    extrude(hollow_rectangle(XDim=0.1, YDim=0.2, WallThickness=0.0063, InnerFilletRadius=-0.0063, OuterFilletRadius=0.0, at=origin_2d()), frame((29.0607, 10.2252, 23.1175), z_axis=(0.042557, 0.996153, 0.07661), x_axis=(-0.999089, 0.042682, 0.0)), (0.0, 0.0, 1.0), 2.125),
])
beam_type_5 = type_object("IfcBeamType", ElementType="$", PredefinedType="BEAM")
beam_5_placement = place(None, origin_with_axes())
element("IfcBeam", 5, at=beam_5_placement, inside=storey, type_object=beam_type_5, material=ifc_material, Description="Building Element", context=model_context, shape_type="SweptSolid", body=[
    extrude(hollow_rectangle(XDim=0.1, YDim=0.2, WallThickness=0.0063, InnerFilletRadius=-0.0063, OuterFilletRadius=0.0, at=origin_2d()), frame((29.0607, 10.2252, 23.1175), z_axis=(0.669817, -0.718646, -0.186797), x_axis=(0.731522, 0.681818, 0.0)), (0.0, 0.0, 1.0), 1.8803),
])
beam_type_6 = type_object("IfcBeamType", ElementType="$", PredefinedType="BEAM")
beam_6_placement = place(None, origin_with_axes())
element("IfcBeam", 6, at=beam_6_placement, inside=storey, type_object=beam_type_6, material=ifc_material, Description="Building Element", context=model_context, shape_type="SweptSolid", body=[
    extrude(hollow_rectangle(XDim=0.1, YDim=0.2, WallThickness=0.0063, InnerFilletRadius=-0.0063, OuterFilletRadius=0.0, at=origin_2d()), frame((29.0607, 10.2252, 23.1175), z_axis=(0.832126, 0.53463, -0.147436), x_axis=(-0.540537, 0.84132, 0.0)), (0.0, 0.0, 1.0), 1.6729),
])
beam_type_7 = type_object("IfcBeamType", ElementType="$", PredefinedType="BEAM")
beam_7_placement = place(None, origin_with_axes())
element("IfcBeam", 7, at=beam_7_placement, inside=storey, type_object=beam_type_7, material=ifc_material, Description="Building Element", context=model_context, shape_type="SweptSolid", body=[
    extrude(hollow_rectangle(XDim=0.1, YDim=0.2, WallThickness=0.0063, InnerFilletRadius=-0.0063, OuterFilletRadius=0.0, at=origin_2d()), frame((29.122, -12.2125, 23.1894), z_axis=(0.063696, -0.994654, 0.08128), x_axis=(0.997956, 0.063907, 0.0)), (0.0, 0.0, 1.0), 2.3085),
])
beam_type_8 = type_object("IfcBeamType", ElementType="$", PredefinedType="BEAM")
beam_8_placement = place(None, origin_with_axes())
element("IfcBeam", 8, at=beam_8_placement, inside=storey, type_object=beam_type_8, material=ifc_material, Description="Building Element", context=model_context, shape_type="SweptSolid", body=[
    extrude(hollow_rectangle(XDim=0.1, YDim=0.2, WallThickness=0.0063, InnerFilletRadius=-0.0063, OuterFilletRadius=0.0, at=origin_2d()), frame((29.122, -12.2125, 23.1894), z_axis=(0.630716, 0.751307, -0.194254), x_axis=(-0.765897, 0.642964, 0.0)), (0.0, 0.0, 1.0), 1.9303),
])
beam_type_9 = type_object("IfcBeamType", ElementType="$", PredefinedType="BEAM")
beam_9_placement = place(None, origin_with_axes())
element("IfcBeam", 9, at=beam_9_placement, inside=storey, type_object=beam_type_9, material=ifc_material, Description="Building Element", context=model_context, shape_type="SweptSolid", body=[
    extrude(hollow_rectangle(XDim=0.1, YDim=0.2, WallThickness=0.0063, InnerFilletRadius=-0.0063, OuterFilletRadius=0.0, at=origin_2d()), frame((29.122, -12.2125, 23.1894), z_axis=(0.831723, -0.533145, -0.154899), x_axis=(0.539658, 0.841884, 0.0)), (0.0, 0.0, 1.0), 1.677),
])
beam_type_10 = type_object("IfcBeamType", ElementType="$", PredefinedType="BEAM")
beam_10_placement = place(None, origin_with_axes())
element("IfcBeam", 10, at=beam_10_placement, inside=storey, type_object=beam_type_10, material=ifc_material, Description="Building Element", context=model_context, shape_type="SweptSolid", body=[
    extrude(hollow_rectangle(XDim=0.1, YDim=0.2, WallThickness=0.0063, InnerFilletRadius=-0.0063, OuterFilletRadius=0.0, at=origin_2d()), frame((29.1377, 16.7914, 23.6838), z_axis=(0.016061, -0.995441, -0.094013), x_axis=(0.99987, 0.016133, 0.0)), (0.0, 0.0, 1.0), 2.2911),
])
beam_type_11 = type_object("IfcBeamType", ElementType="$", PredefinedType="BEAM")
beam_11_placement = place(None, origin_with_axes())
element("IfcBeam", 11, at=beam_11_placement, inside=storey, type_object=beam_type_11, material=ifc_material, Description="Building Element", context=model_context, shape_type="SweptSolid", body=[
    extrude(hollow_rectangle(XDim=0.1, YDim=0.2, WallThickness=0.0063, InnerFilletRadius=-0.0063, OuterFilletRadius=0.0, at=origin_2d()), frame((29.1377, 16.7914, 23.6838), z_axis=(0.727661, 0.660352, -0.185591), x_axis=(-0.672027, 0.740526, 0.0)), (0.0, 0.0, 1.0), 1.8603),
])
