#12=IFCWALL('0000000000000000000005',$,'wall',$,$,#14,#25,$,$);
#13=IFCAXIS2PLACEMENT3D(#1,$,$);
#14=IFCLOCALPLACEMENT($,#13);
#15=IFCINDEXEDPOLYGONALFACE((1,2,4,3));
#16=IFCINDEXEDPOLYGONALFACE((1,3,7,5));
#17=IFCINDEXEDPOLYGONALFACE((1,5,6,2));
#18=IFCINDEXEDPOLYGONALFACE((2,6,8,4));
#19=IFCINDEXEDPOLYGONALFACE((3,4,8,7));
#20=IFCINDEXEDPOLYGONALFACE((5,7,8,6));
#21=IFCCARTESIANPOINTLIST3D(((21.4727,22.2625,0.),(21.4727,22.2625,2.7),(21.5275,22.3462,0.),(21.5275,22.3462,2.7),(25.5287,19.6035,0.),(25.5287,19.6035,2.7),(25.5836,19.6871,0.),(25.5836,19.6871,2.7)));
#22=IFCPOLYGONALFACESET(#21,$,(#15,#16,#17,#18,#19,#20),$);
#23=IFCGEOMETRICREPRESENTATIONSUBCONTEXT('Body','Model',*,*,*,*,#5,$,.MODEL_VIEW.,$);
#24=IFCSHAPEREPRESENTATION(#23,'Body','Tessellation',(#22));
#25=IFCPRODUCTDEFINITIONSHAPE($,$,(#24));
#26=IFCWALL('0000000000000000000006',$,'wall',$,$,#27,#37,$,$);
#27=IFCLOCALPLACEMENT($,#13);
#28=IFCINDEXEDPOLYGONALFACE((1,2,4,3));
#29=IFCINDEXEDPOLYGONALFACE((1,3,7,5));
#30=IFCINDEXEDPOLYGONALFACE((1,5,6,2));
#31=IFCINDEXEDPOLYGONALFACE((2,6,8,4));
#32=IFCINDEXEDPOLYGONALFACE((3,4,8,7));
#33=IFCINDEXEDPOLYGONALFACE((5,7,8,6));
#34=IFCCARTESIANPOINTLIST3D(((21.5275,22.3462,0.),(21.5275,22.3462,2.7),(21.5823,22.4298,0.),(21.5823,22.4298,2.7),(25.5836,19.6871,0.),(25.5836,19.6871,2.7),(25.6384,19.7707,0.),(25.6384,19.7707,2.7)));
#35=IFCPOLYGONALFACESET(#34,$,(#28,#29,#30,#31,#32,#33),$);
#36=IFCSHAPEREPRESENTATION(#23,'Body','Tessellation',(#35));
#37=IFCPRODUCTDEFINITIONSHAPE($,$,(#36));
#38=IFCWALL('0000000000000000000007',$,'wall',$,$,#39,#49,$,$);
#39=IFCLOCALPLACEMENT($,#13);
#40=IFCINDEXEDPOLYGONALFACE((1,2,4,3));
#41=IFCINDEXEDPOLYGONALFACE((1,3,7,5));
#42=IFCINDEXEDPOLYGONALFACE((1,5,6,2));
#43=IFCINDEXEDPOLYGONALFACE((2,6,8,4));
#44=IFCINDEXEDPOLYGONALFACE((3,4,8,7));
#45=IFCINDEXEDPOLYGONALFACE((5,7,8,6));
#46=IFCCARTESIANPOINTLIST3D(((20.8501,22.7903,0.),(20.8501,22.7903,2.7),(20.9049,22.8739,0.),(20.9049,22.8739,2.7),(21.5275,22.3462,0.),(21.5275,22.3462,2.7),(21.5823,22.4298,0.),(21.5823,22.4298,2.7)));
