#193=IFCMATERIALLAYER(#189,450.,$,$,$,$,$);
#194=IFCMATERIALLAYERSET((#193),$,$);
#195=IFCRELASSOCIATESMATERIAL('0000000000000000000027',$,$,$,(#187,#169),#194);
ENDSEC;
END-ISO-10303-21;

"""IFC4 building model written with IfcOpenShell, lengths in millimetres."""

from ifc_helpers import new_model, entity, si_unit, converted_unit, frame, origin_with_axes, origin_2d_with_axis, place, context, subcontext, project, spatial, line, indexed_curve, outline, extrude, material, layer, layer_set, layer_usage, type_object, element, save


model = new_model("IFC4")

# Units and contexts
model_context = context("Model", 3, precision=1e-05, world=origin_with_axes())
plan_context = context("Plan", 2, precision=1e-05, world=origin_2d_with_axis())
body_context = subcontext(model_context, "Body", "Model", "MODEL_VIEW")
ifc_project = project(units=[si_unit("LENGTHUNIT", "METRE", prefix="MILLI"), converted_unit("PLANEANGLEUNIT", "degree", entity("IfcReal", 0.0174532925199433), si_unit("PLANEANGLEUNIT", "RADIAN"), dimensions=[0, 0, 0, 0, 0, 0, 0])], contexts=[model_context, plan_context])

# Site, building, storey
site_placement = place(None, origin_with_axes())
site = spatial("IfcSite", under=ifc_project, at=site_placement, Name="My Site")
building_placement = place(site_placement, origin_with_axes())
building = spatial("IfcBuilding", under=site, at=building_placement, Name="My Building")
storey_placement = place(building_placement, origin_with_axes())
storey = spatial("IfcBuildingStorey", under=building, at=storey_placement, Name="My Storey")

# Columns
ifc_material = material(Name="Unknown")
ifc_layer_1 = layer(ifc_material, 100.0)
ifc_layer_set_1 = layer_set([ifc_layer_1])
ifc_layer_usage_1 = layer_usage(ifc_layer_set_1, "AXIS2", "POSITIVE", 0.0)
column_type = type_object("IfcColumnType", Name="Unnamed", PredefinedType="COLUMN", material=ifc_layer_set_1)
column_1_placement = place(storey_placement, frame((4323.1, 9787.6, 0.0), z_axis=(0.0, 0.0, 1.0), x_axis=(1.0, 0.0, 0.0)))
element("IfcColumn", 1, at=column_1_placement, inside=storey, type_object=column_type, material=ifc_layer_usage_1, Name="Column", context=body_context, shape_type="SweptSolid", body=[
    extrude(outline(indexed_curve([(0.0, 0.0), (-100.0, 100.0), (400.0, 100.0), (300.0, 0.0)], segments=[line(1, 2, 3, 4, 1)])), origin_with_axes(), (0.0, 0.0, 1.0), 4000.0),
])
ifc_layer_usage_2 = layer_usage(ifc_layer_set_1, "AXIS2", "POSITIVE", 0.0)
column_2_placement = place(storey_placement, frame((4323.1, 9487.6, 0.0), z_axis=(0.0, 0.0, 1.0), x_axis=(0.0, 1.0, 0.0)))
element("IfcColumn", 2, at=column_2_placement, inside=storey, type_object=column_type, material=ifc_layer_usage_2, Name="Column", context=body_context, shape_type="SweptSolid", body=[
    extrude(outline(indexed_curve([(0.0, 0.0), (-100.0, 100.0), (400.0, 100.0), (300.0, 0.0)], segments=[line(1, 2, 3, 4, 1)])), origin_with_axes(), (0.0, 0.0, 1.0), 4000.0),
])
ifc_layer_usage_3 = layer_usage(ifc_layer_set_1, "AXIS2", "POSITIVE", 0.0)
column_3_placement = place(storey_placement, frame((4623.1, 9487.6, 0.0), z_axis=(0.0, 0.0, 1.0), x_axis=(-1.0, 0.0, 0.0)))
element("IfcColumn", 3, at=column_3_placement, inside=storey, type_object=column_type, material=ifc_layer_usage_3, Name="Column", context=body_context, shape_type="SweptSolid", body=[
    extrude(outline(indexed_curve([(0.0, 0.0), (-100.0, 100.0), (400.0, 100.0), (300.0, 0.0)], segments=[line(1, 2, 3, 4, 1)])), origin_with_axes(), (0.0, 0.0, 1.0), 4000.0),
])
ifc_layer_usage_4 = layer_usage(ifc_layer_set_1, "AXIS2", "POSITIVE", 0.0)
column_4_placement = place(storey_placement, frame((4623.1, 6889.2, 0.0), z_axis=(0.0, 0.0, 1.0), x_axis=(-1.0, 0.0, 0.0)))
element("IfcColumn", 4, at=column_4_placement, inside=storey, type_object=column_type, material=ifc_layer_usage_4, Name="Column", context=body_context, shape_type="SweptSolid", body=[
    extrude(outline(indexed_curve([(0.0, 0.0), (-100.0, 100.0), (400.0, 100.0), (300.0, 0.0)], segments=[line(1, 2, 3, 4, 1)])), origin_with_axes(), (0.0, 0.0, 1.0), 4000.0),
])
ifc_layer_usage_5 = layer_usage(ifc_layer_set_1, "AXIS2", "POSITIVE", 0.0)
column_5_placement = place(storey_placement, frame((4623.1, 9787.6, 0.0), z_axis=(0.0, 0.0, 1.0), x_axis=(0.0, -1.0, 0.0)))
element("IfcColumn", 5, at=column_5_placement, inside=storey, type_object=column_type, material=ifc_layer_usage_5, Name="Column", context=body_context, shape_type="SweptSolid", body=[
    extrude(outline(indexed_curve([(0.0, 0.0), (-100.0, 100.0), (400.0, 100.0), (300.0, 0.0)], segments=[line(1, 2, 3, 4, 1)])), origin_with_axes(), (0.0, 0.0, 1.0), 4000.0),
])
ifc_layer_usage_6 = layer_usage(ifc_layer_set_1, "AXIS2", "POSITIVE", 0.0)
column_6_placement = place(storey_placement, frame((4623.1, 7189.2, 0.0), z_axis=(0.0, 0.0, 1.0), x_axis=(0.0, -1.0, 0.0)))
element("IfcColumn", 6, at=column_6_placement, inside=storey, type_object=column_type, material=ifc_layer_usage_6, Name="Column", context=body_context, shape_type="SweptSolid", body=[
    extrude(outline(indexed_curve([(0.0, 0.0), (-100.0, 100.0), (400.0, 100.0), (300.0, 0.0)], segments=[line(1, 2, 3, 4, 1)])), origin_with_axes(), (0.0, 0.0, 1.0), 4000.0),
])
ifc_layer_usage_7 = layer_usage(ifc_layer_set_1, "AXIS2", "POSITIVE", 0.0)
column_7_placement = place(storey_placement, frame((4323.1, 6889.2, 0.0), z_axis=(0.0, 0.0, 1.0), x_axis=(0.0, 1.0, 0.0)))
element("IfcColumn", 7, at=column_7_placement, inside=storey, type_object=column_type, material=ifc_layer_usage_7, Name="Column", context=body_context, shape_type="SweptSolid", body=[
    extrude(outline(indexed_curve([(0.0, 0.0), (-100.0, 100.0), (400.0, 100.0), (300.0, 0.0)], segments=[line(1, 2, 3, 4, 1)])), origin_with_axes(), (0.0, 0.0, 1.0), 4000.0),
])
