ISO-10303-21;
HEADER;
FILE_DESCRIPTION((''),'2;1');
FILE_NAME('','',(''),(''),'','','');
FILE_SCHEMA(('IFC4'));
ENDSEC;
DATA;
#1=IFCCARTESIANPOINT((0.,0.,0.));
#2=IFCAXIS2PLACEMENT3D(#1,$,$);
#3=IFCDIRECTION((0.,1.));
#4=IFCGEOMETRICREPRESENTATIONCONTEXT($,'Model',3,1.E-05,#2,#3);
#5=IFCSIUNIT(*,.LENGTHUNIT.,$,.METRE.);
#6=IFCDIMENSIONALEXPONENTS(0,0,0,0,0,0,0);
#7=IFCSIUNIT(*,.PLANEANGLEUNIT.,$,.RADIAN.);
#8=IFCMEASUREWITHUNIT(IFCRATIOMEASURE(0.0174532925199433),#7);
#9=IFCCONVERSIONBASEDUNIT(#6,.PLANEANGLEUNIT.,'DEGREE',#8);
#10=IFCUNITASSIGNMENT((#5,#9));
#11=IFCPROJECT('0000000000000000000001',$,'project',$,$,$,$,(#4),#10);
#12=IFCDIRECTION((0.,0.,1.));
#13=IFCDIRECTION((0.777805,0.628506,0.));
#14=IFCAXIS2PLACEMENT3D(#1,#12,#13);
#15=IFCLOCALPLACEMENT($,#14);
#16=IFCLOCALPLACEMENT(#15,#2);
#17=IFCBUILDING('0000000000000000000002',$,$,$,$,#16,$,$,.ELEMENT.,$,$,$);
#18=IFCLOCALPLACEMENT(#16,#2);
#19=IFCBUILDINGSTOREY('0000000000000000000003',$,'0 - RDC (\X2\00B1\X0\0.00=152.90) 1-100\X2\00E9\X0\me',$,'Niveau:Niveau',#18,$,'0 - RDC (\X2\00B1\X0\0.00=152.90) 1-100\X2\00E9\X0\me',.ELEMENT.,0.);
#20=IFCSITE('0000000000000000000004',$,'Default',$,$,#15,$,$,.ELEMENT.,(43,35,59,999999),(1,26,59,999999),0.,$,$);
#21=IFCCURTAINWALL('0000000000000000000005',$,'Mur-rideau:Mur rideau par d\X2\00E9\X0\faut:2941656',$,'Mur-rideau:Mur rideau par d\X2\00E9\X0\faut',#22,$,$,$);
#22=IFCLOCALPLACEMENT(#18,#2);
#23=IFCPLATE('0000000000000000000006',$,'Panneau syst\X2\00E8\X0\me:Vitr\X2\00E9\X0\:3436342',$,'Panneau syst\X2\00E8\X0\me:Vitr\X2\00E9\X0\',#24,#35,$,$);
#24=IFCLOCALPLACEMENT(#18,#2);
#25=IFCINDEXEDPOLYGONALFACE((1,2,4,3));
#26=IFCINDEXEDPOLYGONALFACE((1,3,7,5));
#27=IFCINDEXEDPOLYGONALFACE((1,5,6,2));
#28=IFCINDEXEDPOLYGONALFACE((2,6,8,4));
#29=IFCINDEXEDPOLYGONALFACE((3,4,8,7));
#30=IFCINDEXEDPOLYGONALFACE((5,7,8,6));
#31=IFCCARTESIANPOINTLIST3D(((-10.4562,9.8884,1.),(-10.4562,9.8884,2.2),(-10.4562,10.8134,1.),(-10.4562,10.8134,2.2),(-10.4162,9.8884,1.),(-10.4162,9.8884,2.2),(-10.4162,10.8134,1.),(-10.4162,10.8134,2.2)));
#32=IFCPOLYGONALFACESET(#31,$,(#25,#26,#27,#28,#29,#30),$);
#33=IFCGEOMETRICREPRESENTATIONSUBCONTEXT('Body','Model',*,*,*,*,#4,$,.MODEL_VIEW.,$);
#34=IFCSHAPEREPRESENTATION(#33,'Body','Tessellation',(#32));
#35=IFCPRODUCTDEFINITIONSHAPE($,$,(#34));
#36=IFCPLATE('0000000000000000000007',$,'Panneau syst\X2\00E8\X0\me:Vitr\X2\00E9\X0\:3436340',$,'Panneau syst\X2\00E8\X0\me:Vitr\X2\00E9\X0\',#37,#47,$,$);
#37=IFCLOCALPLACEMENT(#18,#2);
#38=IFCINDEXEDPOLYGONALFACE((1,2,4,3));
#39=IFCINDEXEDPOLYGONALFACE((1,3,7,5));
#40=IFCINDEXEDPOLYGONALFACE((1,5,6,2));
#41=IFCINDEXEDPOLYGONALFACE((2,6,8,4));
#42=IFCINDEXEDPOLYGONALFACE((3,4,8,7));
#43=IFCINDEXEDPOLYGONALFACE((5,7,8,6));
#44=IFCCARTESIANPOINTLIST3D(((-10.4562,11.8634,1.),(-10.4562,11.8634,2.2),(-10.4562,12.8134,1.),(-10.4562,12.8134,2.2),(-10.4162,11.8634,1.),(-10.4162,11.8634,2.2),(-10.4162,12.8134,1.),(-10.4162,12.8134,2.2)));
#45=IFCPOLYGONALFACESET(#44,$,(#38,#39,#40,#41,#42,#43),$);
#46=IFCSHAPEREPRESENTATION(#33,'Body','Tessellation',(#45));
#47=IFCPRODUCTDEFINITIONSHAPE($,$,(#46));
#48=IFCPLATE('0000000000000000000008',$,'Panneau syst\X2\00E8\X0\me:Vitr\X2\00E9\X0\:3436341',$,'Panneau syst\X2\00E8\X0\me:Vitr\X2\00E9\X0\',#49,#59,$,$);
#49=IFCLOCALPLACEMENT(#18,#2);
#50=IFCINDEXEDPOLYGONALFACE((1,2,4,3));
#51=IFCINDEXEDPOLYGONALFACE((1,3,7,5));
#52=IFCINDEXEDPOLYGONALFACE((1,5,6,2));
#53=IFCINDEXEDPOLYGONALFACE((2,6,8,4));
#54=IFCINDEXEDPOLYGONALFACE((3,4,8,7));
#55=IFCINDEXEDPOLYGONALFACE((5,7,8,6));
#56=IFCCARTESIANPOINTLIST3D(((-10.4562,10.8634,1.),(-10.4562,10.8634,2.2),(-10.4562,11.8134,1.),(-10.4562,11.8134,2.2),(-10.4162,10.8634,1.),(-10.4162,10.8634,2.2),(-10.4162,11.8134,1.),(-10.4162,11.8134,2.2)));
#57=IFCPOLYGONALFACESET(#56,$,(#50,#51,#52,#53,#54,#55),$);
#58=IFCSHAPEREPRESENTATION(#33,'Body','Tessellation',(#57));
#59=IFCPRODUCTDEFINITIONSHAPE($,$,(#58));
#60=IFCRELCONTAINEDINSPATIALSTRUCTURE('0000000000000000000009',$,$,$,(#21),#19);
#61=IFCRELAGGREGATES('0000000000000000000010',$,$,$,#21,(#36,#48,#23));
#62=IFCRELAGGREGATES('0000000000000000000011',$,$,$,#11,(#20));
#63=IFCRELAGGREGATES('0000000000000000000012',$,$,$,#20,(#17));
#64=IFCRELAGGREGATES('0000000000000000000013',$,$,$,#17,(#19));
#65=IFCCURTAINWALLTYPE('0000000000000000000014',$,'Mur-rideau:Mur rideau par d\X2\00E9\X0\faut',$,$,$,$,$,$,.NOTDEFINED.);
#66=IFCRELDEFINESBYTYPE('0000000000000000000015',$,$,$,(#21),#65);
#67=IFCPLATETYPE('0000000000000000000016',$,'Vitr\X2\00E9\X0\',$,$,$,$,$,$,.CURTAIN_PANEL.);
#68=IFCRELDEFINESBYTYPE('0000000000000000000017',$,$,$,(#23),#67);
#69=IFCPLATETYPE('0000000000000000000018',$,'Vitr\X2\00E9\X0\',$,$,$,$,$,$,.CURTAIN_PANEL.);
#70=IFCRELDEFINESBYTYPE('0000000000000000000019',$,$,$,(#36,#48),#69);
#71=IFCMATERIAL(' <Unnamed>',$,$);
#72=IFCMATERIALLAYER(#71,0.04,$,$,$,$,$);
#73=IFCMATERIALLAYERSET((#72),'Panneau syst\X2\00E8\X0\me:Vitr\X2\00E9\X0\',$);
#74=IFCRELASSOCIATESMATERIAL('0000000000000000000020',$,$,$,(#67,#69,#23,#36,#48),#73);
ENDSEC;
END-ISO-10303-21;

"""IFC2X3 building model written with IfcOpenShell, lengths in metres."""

from ifc_helpers import new_model, entity, si_unit, converted_unit, direction, frame, frame_2d, origin, place, context, subcontext, project, spatial, rectangle, extrude, source, transform, mapped, material, layer, layer_set, layer_usage, type_object, type_shapes, element, aggregate, save


model = new_model("IFC2X3")

# Units and contexts
model_context = context("Model", 3, precision=1e-05, world=origin(), true_north=direction((0.0, 1.0)))
body_context = subcontext(model_context, "Body", "Model", "MODEL_VIEW")
ifc_project = project(units=[si_unit("LENGTHUNIT", "METRE"), converted_unit("PLANEANGLEUNIT", "DEGREE", entity("IfcRatioMeasure", 0.0174532925199433), si_unit("PLANEANGLEUNIT", "RADIAN"), dimensions=[0, 0, 0, 0, 0, 0, 0])], contexts=[model_context])

# Site, building, storey
site_placement = place(None, frame((0.0, 0.0, 0.0), z_axis=(0.0, 0.0, 1.0), x_axis=(0.777805, 0.628506, 0.0)))
site = spatial("IfcSite", under=ifc_project, at=site_placement, Name="Default", CompositionType="ELEMENT", RefLatitude=(43, 35, 59, 999999), RefLongitude=(1, 26, 59, 999999), RefElevation=0.0)
building_placement = place(site_placement, origin())
building = spatial("IfcBuilding", under=site, at=building_placement, CompositionType="ELEMENT")
storey_placement = place(building_placement, origin())
storey = spatial("IfcBuildingStorey", under=building, at=storey_placement, Name="0 - RDC (±0.00=152.90) 1-100éme", ObjectType="Niveau:Niveau", LongName="0 - RDC (±0.00=152.90) 1-100éme", CompositionType="ELEMENT", Elevation=0.0)

# Curtain wall, plates
curtain_wall_type = type_object("IfcCurtainWallType", Name="Mur-rideau:Mur rideau par défaut", PredefinedType="NOTDEFINED")
curtain_wall_placement = place(storey_placement, origin())
curtain_wall = element("IfcCurtainWall", 1, at=curtain_wall_placement, inside=storey, type_object=curtain_wall_type, Name="Mur-rideau:Mur rideau par défaut:2941656", ObjectType="Mur-rideau:Mur rideau par défaut")
ifc_material_1 = material(Name=" <Unnamed>")
ifc_layer = layer(ifc_material_1, 0.04)
ifc_layer_set = layer_set([ifc_layer], Name="Panneau système:Vitré")
plate_type_1 = type_object("IfcPlateType", Name="Vitré", PredefinedType="CURTAIN_PANEL", material=ifc_layer_set)
shared_shape_1 = source(origin(), body_context, "Body", "SweptSolid", [
    extrude(rectangle(XDim=0.04, YDim=0.925, at=frame_2d((0.0, 0.0), x_axis=(1.0, 0.0))), frame((0.0, 0.0, 0.0), z_axis=(0.0, 0.0, 1.0), x_axis=(0.0, 1.0, 0.0)), (0.0, 0.0, 1.0), 1.2),
])
type_shapes(plate_type_1, [shared_shape_1])
ifc_layer_usage_1 = layer_usage(ifc_layer_set, "AXIS3", "POSITIVE", 0.0)
plate_1_placement = place(curtain_wall_placement, frame((-10.4362, 10.3509, 1.0), z_axis=(0.0, 0.0, 1.0), x_axis=(0.0, -1.0, 0.0)))
plate_1 = element("IfcPlate", 2, at=plate_1_placement, type_object=plate_type_1, material=ifc_layer_usage_1, Name="Panneau système:Vitré:3436342", ObjectType="Panneau système:Vitré", context=body_context, shape_type="MappedRepresentation", body=[
    mapped(shared_shape_1, transform((0.0, 0.0, 0.0), scale=1.0)),
])
ifc_layer_usage_2 = layer_usage(ifc_layer_set, "AXIS3", "POSITIVE", 0.0)
plate_type_2 = type_object("IfcPlateType", Name="Vitré", PredefinedType="CURTAIN_PANEL", material=ifc_layer_set)
shared_shape_2 = source(origin(), body_context, "Body", "SweptSolid", [
    extrude(rectangle(XDim=0.04, YDim=0.95, at=frame_2d((0.0, 0.0), x_axis=(1.0, 0.0))), frame((0.0, 0.0, 0.0), z_axis=(0.0, 0.0, 1.0), x_axis=(0.0, 1.0, 0.0)), (0.0, 0.0, 1.0), 1.2),
])
type_shapes(plate_type_2, [shared_shape_2])
plate_2_placement = place(curtain_wall_placement, frame((-10.4362, 12.3384, 1.0), z_axis=(0.0, 0.0, 1.0), x_axis=(0.0, -1.0, 0.0)))
plate_2 = element("IfcPlate", 3, at=plate_2_placement, type_object=plate_type_2, material=ifc_layer_usage_2, Name="Panneau système:Vitré:3436340", ObjectType="Panneau système:Vitré", context=body_context, shape_type="MappedRepresentation", body=[
    mapped(shared_shape_2, transform((0.0, 0.0, 0.0), scale=1.0)),
])
ifc_layer_usage_3 = layer_usage(ifc_layer_set, "AXIS3", "POSITIVE", 0.0)
plate_3_placement = place(curtain_wall_placement, frame((-10.4362, 11.3384, 1.0), z_axis=(0.0, 0.0, 1.0), x_axis=(0.0, -1.0, 0.0)))
plate_3 = element("IfcPlate", 4, at=plate_3_placement, type_object=plate_type_2, material=ifc_layer_usage_3, Name="Panneau système:Vitré:3436341", ObjectType="Panneau système:Vitré", context=body_context, shape_type="MappedRepresentation", body=[
    mapped(shared_shape_2, transform((0.0, 0.0, 0.0), scale=1.0)),
])
aggregate(curtain_wall, [plate_2, plate_3, plate_1])

save(model, "model.ifc")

========

#### Task brief
Copy only this part of the entries above: the line with "#194=IFCMATERIALLAYERSET((#193),$,$);", the line with "ifc_layer_1 = layer(ifc_material, 100.0)", and the lines between, all exactly as written.

#### Result
#194=IFCMATERIALLAYERSET((#193),$,$);
#195=IFCRELASSOCIATESMATERIAL('0000000000000000000027',$,$,$,(#187,#169),#194);
ENDSEC;
END-ISO-10303-21;

"""IFC4 building model written with IfcOpenShell, lengths in millimetres."""

from ifc_helpers import new_model, entity, si_unit, converted_unit, frame, origin_with_axes, origin_2d_with_axis, place, context, subcontext, project, spatial, line, indexed_curve, outline, extrude, material, layer, layer_set, layer_usage, type_object, element, save


model = new_model("IFC4")

# Units and contexts
model_context = context("Model", 3, precision=1e-05, world=origin_with_axes())
plan_context = context("Plan", 2, precision=1e-05, world=origin_2d_with_axis())
body_context = subcontext(model_context, "Body", "Model", "MODEL_VIEW")
ifc_project = project(units=[si_unit("LENGTHUNIT", "METRE", prefix="MILLI"), converted_unit("PLANEANGLEUNIT", "degree", entity("IfcReal", 0.0174532925199433), si_unit("PLANEANGLEUNIT", "RADIAN"), dimensions=[0, 0, 0, 0, 0, 0, 0])], contexts=[model_context, plan_context])

# Site, building, storey
site_placement = place(None, origin_with_axes())
site = spatial("IfcSite", under=ifc_project, at=site_placement, Name="My Site")
building_placement = place(site_placement, origin_with_axes())
building = spatial("IfcBuilding", under=site, at=building_placement, Name="My Building")
storey_placement = place(building_placement, origin_with_axes())
storey = spatial("IfcBuildingStorey", under=building, at=storey_placement, Name="My Storey")

# Columns
ifc_material = material(Name="Unknown")
ifc_layer_1 = layer(ifc_material, 100.0)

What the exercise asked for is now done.